Recipes for even the fussiest children
Oberholzer suggests these meals to get your kids enthusiastic about healthy eating:
Breakfast: Overnight oats
“Overnight oats can be an easy and delicious breakfast, and it only takes a few seconds to prepare. You will wake up to a delicious grab-and-go brekkie that the whole family will enjoy.”
1. Mix some raw oats with yoghurt and/or milk and fruit of your choice.
2. Add some flavour like cacao, peanut butter, cinnamon or vanilla essence and refrigerate overnight.
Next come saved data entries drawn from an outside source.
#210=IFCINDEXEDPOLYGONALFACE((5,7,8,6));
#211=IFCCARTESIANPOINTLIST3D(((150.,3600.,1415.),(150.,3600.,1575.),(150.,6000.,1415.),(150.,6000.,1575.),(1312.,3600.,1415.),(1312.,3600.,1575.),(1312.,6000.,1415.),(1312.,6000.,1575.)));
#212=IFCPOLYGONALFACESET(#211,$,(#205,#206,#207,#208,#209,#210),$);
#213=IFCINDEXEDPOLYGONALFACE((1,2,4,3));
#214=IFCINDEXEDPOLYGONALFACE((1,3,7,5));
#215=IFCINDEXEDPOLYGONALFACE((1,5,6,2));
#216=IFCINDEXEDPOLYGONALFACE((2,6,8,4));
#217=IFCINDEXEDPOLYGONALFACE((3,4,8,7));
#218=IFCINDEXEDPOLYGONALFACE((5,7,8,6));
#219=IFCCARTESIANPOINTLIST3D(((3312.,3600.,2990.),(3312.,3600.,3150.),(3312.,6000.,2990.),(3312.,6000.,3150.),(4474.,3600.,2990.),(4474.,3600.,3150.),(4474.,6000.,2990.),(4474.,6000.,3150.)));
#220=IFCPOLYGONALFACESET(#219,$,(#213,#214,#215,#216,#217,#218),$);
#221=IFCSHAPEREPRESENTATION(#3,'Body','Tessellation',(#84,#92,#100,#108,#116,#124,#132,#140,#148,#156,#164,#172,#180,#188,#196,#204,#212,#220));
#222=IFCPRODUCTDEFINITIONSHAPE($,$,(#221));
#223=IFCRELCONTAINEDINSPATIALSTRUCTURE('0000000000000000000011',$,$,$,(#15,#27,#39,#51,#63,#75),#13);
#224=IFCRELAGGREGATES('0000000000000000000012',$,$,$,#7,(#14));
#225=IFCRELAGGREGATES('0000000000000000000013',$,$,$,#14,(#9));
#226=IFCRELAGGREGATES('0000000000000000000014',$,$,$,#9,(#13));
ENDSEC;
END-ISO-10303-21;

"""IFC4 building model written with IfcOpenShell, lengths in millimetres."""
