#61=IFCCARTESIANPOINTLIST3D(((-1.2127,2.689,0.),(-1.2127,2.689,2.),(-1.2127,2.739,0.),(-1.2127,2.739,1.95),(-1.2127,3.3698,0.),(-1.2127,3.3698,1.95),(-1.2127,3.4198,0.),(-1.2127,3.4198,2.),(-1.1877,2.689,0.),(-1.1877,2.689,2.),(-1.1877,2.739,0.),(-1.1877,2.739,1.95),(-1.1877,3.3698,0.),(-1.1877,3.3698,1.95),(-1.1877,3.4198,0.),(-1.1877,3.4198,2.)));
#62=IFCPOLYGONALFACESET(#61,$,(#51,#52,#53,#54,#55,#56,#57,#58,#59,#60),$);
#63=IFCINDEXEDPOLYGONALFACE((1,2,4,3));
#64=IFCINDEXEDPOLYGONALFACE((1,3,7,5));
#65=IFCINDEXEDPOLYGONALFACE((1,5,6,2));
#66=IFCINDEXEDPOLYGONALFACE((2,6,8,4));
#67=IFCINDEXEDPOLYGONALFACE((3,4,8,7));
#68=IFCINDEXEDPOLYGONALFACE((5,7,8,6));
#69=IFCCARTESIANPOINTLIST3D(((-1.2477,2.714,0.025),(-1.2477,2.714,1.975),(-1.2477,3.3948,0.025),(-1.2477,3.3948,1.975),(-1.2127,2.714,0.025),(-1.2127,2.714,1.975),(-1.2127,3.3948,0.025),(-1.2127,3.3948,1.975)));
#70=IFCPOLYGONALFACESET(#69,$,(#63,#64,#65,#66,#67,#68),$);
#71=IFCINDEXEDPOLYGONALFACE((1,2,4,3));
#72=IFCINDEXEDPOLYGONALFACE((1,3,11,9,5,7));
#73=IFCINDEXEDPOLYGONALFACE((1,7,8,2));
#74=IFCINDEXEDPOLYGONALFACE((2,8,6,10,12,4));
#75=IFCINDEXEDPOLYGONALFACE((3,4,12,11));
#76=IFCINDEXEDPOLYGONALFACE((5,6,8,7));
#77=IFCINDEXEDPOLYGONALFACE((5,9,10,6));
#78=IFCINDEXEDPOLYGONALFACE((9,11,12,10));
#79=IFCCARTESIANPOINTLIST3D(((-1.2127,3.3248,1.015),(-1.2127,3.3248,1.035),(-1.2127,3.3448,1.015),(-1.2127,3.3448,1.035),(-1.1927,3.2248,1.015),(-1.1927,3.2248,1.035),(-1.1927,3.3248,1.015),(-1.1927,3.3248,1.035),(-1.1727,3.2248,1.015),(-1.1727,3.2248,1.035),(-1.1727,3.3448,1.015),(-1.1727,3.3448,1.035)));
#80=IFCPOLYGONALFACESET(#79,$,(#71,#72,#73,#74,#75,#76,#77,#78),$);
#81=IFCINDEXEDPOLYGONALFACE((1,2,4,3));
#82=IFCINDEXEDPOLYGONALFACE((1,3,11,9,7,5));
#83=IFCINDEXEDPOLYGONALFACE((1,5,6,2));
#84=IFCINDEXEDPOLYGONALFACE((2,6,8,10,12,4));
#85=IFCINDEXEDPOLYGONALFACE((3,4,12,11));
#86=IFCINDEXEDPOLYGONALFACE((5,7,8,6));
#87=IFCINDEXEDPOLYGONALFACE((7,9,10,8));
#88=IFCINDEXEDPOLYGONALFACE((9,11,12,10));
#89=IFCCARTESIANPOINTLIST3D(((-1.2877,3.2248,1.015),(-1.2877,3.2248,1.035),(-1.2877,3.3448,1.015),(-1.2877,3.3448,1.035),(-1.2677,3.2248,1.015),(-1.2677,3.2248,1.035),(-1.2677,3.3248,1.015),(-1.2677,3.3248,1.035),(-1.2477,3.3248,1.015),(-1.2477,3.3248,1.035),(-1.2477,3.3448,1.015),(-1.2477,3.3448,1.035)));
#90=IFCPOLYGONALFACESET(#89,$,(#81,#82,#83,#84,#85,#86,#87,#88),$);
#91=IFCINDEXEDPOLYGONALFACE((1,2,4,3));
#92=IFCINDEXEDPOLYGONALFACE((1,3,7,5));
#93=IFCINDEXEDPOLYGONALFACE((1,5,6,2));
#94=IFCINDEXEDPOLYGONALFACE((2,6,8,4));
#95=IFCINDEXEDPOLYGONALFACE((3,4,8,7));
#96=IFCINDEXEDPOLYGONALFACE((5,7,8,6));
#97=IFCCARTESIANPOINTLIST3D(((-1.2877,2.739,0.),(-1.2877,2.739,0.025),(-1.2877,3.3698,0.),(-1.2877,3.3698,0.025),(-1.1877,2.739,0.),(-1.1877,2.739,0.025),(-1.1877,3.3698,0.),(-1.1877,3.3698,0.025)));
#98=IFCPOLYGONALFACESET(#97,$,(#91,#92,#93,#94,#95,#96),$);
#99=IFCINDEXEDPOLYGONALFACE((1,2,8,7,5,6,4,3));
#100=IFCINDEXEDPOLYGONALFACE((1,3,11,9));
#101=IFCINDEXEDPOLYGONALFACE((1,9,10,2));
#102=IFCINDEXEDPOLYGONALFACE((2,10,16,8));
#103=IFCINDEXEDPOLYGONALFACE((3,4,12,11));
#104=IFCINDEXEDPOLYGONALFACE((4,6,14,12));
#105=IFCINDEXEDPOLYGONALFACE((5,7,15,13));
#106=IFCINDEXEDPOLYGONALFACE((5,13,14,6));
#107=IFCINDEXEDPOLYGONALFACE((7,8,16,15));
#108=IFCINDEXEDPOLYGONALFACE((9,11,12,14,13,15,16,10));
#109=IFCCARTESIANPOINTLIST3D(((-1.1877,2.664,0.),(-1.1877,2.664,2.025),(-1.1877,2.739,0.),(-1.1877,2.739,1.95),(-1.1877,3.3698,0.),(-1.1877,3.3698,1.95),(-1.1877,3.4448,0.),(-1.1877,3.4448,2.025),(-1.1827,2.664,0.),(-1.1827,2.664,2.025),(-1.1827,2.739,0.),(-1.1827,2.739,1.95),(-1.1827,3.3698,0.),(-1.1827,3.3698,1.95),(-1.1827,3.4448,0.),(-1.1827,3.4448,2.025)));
Lunch: Sandwiches or wraps
“Bread can be a great and easy way to up fibre intake and provide your child with a good source of energy to sustain them throughout the day.”
Some filling options:
• Peanut butter
• Cheese and tomato
• Chicken mayo
Wraps are also a good option if you have some leftovers in the fridge, like chicken stir-fry, says Oberholzer.
Supper: Veggie kebabs
“The visual impact of food, and the emotions that accompany dinnertime, are important for children, so make dinner colourful and fun. This is a great time to include the kids to help you out while you prepare the rest of the food.”
1. Set up a production line on your kitchen counter, with kebabs, fresh vegetables and seasoning. “Use veggies like baby tomatoes, fresh broccoli, cauliflower, cooked butternut and beetroot, or any other veggies that you prefer,” suggest Oberholzer.
2. Ask your kids to build their own veggie kebabs by threading whichever veggies they like on to the kebabs and finishing off with a sprinkle of seasoning. “Veggie kebabs can be enjoyed raw or roasted. This will add instant colour to the plate,” says Oberholzer. “The kids may also be keener to eat their veggies because they created the kebabs, and they are something to be proud of.”